Cамый важный итог выборов президента Ирана
Абдулла Ринат Мухаметов
Иранский режим всегда вызывал самые разные мнения – от восторга радикалов всех мастей до лютой ненависти феминисток и либералов. Волнения, последовавшие в стране за объявлением итогов президентских выборов, закономерно вызвали противоречивые оценки. Полярными оказались точки зрения относительно будущего Исламской республики и по их окончании.
При всей сложности ситуации, в которой оказался современный Иран, шансов удачно проскочить полосу турбулентности у него немного больше, чем наоборот.

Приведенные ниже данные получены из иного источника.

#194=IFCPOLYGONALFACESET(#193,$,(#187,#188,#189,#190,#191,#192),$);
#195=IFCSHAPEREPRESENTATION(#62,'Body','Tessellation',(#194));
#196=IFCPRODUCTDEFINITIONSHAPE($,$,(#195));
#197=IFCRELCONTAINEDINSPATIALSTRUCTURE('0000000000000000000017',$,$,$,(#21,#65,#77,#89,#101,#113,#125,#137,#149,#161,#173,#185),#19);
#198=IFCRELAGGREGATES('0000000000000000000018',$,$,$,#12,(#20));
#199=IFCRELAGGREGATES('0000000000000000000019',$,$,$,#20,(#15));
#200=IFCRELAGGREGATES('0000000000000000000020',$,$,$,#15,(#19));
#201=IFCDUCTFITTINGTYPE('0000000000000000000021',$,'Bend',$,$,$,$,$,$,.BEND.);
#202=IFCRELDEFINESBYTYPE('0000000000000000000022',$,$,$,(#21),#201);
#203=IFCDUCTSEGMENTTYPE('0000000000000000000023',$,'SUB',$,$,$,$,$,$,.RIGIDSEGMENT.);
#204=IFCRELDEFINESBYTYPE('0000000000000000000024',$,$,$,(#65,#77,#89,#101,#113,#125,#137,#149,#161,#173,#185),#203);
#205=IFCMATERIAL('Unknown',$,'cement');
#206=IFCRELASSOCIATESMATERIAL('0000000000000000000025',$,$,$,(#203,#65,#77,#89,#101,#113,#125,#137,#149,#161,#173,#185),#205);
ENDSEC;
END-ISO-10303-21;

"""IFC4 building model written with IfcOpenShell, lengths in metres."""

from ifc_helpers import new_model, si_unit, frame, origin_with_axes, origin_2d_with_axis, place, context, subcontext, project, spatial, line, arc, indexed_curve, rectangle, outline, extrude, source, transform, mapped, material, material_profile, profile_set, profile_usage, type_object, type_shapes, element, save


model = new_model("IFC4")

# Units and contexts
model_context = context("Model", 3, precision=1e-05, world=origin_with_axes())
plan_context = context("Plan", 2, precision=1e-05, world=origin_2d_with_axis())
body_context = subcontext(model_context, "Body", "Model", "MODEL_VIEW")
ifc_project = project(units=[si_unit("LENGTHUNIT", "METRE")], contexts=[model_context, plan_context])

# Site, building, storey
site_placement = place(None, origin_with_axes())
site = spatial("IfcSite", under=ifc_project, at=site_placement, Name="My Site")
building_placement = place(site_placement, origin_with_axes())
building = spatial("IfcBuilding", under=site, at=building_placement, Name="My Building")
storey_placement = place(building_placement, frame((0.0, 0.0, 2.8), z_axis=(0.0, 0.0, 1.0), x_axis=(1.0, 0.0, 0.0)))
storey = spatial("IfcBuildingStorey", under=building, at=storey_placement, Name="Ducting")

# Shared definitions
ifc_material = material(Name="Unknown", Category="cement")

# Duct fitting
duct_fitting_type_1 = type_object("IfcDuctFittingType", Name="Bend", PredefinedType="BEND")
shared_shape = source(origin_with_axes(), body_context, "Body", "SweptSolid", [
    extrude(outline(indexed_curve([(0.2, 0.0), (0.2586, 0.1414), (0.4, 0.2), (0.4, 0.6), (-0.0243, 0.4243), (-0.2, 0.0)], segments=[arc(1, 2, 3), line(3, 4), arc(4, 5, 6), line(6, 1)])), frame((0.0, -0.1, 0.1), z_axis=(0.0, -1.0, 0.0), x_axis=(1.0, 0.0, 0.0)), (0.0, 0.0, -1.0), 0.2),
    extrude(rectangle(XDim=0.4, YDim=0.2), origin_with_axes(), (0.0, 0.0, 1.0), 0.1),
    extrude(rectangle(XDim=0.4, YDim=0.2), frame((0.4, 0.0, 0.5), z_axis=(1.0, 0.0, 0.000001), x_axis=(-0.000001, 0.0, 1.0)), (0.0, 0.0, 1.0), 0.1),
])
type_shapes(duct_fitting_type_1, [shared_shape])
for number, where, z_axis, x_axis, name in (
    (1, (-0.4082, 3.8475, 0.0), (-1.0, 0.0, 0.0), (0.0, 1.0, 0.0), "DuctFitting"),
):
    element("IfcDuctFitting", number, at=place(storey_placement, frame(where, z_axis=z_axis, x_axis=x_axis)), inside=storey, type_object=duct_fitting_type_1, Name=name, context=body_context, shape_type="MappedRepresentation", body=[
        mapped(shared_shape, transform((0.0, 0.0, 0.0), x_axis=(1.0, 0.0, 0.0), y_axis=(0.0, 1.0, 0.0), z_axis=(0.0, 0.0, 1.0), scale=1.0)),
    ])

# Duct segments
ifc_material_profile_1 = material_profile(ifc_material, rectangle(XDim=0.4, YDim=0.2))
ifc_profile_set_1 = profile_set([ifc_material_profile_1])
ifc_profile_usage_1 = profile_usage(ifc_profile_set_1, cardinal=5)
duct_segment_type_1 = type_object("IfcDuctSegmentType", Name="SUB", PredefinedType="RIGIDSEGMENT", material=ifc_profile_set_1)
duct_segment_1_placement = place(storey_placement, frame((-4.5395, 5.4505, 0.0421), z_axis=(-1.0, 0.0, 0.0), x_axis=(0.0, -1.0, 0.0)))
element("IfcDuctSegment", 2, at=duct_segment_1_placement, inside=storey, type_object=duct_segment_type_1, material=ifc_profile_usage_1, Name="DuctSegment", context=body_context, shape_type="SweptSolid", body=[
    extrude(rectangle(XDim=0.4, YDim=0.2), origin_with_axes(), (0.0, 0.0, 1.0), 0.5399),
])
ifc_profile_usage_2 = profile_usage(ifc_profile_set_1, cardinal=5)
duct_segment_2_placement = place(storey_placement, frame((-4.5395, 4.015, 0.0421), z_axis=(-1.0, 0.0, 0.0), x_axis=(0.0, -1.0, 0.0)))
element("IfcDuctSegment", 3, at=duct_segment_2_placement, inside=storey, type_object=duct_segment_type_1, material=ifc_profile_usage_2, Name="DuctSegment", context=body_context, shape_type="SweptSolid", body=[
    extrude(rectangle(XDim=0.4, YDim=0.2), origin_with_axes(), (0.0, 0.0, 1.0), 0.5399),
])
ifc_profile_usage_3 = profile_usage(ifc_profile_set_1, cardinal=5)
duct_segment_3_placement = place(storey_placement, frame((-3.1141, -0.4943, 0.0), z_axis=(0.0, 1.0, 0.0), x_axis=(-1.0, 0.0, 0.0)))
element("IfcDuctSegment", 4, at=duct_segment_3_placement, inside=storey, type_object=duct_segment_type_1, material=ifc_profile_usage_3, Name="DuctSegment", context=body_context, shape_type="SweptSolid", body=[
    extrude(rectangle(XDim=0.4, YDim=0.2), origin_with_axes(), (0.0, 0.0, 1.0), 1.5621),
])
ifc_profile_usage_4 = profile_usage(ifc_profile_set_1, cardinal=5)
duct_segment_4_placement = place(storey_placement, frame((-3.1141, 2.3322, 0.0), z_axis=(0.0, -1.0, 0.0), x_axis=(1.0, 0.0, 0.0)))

Скрытая где-то в недрах режима Исламской республики древняя персидская политическая хитромудрость может, в конце концов, выдать нечто нетривиальное.
В Тегеране все спокойно?
Волнения в Тегеране улеглись так же неожиданно, как и начались. Внешне на выходе – все осталось на своих местах. Духовный лидер (рахбар), президент, глава Совета наблюдателей (Хебреган), состоящий из 86 высших аятолл, избирающих рахбара, сохранили свои позиции. В общем в Багдаде, точнее в Тегеране, все спокойно. «Несмотря на надежды мечтателей с Запада, демонстрации в Иране вряд ли повлекут за собой большие изменения в стране», — писала британская «The Guardian» в дни беспорядков и оказалась права.
Было принято, может быть, единственно верное сегодня для всех сторон решение: окончательно вопрос о власти отложить до лучших времен. Ни Ахмадинеджад и стоящие за ним силовики из Корпуса стражей Исламской революции, а также ветераны войны с Ираком, ни рахбар Хаменеи, ни даже оппозиция в лице Мусави и, что еще важнее, его покровители из числа духовенства (прежде всего, глава Совета наблюдателей Рафсанджани, который, по сообщениям прессы, вроде как даже грозился инициировать отставку рахбара) не заинтересованы в продолжении беспорядков.
Ведь если митинговые страсти стали бы еще дальше разгораться, то появился бы серьезный риск выхода протеста из-под контроля даже оппозиции. А это уже угроза всему режиму Исламской республики, детьми которого являются и к идеалам которой апеллируют и Ахмадинеджад, и Мусави, и Хаменеи и Рафсанджани.
Это, скорее всего, повлияет и на оперативную иранскую политику. По мнению Раджаба Сафарова, главы Центра изучения современного Ирана, многое из рациональных предложений и критических замечаний оппонентов кабинет Ахмадинеджада возьмет на вооружение. Изменения эти будут касаться не только внутренней, но и внешней политики. Постараются наладить отношения с Египтом, Саудовской Аравией и Эмиратами (ОАЭ), а критика Тель-Авива не будет столь вызывающей. «Линия будет скорректирована», – считает Сафаров.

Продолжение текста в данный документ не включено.